*** Begin section ***

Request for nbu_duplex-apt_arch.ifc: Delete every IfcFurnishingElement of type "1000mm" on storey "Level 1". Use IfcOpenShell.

First a look at what the model holds.

```python
import ifcopenshell
import ifcopenshell.util.element

model = ifcopenshell.open("nbu_duplex-apt_arch.ifc")
print(model.schema)
storey = next(s for s in model.by_type("IfcBuildingStorey") if s.Name == "Level 1")
furniture = [e for e in ifcopenshell.util.element.get_decomposition(storey) if e.is_a("IfcFurnishingElement")]
seen = {}
for e in furniture:
    element_type = ifcopenshell.util.element.get_type(e)
    name = element_type.Name if element_type not in (None, e) else None
    seen[name] = seen.get(name, 0) + 1
for name, count in sorted(seen.items(), key=str):
    print(count, "x", name)
```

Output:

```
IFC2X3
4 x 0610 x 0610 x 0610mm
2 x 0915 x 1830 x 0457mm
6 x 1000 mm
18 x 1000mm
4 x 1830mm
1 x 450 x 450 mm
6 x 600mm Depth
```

```python
import ifcopenshell
import ifcopenshell.api.root
import ifcopenshell.util.element

model = ifcopenshell.open("nbu_duplex-apt_arch.ifc")

storey = next(s for s in model.by_type("IfcBuildingStorey") if s.Name == "Level 1")
furniture = [e for e in ifcopenshell.util.element.get_decomposition(storey) if e.is_a("IfcFurnishingElement")]
targets = [e for e in furniture if (t := ifcopenshell.util.element.get_type(e)) not in (None, e) and t.Name == "1000mm"]

for e in targets:
    ifcopenshell.api.root.remove_product(model, product=e)
print(len(targets), "removed")

model.write("nbu_duplex-apt_arch_updated.ifc")
```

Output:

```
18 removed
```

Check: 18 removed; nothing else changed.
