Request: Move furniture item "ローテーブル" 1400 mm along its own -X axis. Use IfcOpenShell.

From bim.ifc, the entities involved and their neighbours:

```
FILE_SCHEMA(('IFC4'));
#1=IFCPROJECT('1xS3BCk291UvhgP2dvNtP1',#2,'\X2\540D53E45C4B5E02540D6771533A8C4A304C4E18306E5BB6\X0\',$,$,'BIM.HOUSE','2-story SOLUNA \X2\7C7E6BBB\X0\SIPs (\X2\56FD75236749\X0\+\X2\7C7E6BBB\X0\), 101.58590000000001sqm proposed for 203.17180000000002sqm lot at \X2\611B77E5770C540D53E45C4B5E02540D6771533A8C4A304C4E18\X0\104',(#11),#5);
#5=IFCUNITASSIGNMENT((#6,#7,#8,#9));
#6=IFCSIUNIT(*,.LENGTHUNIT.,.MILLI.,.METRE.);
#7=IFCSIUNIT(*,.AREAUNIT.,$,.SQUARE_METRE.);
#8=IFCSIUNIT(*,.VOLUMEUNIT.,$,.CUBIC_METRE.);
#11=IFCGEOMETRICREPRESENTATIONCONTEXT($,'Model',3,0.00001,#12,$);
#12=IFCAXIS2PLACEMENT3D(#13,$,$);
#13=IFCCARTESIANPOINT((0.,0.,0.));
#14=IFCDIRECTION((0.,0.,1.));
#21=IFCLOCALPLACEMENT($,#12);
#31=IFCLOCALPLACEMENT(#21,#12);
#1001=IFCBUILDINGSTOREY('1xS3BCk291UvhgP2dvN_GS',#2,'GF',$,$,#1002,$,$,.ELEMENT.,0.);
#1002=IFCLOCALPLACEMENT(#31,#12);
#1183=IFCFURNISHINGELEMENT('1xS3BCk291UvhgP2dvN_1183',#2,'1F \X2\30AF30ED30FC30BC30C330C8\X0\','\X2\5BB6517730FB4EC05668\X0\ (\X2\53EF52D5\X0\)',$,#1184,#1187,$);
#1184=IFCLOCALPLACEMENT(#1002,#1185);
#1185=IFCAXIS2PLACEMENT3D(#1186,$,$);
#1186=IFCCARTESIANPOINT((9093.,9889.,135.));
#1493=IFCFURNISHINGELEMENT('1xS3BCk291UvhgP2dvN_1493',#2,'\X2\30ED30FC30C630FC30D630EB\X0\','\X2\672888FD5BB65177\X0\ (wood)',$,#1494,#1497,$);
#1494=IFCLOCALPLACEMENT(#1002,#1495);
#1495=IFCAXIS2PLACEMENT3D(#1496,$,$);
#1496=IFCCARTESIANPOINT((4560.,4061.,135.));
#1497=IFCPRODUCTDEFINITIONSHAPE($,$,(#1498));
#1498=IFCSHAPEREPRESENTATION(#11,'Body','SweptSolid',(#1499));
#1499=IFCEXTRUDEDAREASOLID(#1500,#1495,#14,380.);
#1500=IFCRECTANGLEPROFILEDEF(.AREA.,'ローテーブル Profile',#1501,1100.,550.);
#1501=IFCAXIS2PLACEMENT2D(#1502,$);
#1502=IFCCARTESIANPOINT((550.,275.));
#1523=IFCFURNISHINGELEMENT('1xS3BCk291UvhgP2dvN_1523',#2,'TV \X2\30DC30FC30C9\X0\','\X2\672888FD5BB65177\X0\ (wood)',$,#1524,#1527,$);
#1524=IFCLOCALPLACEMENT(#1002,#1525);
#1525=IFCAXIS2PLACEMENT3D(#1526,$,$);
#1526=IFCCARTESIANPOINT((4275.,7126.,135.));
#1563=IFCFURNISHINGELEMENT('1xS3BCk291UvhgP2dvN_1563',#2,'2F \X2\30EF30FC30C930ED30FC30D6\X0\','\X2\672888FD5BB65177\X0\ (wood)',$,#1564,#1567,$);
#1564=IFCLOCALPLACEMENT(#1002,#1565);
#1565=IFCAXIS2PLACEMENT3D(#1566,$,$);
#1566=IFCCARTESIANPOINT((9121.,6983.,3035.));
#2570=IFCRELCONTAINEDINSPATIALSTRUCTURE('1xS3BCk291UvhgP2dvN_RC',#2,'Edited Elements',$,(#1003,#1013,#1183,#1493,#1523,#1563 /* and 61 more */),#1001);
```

```python
import ifcopenshell
import ifcopenshell.api.geometry
import ifcopenshell.util.placement

model = ifcopenshell.open("bim.ifc")

item = model.by_guid("1xS3BCk291UvhgP2dvN_1493")
matrix = ifcopenshell.util.placement.get_local_placement(item.ObjectPlacement)
matrix[:3, 3] -= matrix[:3, 0] * 1400.0
ifcopenshell.api.geometry.edit_object_placement(model, product=item, matrix=matrix, is_si=False)

print(ifcopenshell.util.placement.get_local_placement(item.ObjectPlacement).round(3) + 0.0)

model.write("bim_rev.ifc")
```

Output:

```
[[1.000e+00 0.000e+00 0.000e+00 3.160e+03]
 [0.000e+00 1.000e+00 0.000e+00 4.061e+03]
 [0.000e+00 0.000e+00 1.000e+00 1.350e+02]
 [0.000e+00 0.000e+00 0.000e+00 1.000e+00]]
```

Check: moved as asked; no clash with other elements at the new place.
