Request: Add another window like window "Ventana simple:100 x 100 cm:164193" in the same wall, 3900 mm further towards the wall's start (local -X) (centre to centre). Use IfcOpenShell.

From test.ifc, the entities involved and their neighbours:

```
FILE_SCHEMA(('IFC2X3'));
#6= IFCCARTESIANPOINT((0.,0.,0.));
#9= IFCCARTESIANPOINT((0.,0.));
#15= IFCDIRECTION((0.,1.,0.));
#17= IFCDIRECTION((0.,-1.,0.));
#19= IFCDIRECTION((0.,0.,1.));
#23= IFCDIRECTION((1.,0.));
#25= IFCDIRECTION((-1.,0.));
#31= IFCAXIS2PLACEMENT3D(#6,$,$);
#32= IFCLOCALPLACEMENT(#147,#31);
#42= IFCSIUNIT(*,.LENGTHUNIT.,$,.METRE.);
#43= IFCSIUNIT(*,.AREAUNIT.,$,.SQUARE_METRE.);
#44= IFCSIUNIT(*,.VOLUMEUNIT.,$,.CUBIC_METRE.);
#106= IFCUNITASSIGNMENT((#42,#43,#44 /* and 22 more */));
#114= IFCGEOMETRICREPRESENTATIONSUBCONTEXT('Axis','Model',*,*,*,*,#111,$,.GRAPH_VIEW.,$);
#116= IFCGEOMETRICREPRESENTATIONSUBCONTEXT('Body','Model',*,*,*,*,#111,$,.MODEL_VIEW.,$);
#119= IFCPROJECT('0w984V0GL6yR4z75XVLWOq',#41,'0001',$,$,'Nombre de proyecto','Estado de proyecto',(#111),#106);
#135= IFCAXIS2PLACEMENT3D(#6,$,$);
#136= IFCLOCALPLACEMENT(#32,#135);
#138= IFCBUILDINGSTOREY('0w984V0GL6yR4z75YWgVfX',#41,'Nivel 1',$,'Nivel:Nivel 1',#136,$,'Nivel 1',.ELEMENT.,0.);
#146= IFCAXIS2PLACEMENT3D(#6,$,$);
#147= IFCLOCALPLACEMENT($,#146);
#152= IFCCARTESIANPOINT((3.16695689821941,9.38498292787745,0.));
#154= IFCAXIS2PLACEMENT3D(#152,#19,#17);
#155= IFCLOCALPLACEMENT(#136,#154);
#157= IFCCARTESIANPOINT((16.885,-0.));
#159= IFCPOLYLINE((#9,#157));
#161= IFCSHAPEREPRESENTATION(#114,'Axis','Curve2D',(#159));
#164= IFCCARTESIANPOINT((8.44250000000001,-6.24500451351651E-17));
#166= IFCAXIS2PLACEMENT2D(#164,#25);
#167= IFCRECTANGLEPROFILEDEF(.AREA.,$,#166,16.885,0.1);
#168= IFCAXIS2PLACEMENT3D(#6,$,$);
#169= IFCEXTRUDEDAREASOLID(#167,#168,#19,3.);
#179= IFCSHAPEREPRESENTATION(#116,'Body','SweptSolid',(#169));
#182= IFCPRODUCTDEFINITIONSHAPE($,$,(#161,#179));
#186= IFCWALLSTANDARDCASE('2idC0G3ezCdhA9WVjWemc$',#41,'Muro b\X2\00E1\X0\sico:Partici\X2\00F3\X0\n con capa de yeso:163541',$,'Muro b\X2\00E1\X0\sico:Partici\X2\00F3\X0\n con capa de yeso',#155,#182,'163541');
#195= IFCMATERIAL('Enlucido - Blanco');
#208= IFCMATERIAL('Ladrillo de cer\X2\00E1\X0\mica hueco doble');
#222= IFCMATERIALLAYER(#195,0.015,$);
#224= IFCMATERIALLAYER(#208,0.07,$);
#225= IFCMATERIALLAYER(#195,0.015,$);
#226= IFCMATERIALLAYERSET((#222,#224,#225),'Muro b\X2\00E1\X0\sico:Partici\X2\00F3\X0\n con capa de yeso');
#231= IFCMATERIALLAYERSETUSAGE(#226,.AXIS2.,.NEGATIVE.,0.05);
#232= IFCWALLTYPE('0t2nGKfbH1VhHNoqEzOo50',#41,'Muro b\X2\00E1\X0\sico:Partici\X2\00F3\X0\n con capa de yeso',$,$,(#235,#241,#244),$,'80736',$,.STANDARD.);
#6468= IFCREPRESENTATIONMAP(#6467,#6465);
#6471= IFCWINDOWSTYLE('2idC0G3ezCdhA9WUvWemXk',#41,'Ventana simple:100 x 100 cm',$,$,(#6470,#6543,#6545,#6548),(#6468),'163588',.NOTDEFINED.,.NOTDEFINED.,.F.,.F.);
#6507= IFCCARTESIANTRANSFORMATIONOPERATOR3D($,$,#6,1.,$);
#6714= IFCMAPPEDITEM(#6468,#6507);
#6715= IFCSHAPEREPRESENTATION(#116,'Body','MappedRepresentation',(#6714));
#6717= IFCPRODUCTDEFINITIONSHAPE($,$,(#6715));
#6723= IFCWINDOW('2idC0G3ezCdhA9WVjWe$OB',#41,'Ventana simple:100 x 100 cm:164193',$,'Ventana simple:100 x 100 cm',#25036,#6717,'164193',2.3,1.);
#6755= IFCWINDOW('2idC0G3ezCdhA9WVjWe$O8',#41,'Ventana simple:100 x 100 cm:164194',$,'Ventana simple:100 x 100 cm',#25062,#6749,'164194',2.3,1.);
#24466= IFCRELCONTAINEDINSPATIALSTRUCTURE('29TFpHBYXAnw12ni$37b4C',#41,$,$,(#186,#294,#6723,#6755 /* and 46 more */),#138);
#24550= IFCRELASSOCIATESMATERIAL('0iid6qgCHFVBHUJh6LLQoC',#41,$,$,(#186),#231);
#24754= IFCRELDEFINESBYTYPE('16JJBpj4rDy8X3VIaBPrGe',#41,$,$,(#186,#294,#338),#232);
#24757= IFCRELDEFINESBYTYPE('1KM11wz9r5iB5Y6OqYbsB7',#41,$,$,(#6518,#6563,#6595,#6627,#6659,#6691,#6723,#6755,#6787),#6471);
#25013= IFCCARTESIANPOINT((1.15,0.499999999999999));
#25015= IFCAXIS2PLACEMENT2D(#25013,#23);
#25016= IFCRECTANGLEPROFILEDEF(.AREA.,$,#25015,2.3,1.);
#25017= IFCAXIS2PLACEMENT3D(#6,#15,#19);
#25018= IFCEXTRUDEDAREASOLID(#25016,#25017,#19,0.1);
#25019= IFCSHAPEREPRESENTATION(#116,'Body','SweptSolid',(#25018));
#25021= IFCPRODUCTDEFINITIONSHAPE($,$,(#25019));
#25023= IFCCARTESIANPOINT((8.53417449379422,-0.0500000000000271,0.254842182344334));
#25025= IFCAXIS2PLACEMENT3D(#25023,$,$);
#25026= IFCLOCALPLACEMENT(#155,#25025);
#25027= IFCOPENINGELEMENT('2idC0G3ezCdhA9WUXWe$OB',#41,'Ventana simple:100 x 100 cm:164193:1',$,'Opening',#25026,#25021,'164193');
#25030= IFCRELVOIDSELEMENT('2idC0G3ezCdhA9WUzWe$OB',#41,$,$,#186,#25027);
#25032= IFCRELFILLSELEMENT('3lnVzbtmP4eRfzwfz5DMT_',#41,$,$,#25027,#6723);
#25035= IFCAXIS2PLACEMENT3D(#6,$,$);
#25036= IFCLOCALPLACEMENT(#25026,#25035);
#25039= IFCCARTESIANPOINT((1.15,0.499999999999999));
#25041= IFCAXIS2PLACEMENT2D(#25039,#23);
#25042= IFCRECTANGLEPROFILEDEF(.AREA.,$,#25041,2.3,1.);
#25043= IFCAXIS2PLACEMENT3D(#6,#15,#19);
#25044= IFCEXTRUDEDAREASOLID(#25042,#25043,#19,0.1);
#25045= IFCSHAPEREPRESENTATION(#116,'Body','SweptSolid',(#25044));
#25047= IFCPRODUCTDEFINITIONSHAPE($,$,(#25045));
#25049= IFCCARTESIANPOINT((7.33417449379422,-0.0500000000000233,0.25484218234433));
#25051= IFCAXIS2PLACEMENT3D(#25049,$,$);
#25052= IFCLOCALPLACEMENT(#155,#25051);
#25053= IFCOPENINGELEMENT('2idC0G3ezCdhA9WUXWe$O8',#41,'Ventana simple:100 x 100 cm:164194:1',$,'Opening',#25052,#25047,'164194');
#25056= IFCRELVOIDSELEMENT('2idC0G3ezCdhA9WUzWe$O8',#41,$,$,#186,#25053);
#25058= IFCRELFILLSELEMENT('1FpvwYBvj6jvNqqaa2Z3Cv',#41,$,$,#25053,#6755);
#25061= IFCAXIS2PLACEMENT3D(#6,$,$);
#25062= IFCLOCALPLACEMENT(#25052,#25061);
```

```python
import ifcopenshell
import ifcopenshell.api.feature
import ifcopenshell.api.geometry
import ifcopenshell.api.root
import ifcopenshell.geom
import ifcopenshell.util.element
import ifcopenshell.util.placement
import ifcopenshell.util.shape
import ifcopenshell.util.unit

model = ifcopenshell.open("test.ifc")
unit_scale = ifcopenshell.util.unit.calculate_unit_scale(model)
settings = ifcopenshell.geom.settings()


def volume(element):
    """Net volume in cubic metres, openings subtracted."""
    shape = ifcopenshell.geom.create_shape(settings, element)
    return ifcopenshell.util.shape.get_volume(shape.geometry)


def reuse_history(source, copy):
    """copy_class also copies each property set's owner history, people and application; keep the originals."""
    for rel in copy.IsDefinedBy:
        if rel.is_a("IfcRelDefinesByProperties") and (history := rel.RelatingPropertyDefinition.OwnerHistory):
            rel.RelatingPropertyDefinition.OwnerHistory = source.OwnerHistory
            ifcopenshell.util.element.remove_deep2(model, history)


window = model.by_guid("2idC0G3ezCdhA9WVjWe$OB")
opening = window.FillsVoids[0].RelatingOpeningElement
wall = opening.VoidsElements[0].RelatingBuildingElement
before = volume(wall)
shift = ifcopenshell.util.placement.get_local_placement(wall.ObjectPlacement)[:3, 0] * -3.9 / unit_scale

# copy_class copies the void relationship, type, container and properties, but no geometry.
new_opening = ifcopenshell.api.root.copy_class(model, product=opening)
new_opening.Representation = ifcopenshell.util.element.copy_deep(
    model, opening.Representation, exclude=["IfcGeometricRepresentationContext", "IfcRepresentationMap"]
)
new_opening.Name = "Ventana simple:100 x 100 cm"
new_opening.Tag = None
new_window = ifcopenshell.api.root.copy_class(model, product=window)
new_window.Representation = ifcopenshell.util.element.copy_deep(
    model, window.Representation, exclude=["IfcGeometricRepresentationContext", "IfcRepresentationMap"]
)
new_window.Name = "Ventana simple:100 x 100 cm"
new_window.Tag = None
reuse_history(window, new_window)
fills = ifcopenshell.api.feature.add_filling(model, opening=new_opening, element=new_window)
fills.OwnerHistory = new_window.OwnerHistory  # required in IFC2X3

for old, new in ((opening, new_opening), (window, new_window)):
    matrix = ifcopenshell.util.placement.get_local_placement(old.ObjectPlacement)
    matrix[:3, 3] += shift
    ifcopenshell.api.geometry.edit_object_placement(model, product=new, matrix=matrix, is_si=False)

after = volume(wall)

print(f"wall volume {before:.3f} -> {after:.3f} m3")

model.write("test_updated.ifc")
```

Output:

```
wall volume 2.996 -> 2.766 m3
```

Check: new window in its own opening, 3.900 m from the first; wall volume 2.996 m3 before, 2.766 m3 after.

*** End section ***

--- What you will do ---
Scan the entries above for the word "IFCSHAPEREPRESENTATION". Report the lines that hold it.

--- Expected output ---
#1498=IFCSHAPEREPRESENTATION(#11,'Body','SweptSolid',(#1499));
#161= IFCSHAPEREPRESENTATION(#114,'Axis','Curve2D',(#159));
#179= IFCSHAPEREPRESENTATION(#116,'Body','SweptSolid',(#169));
#6715= IFCSHAPEREPRESENTATION(#116,'Body','MappedRepresentation',(#6714));
#25019= IFCSHAPEREPRESENTATION(#116,'Body','SweptSolid',(#25018));
#25045= IFCSHAPEREPRESENTATION(#116,'Body','SweptSolid',(#25044));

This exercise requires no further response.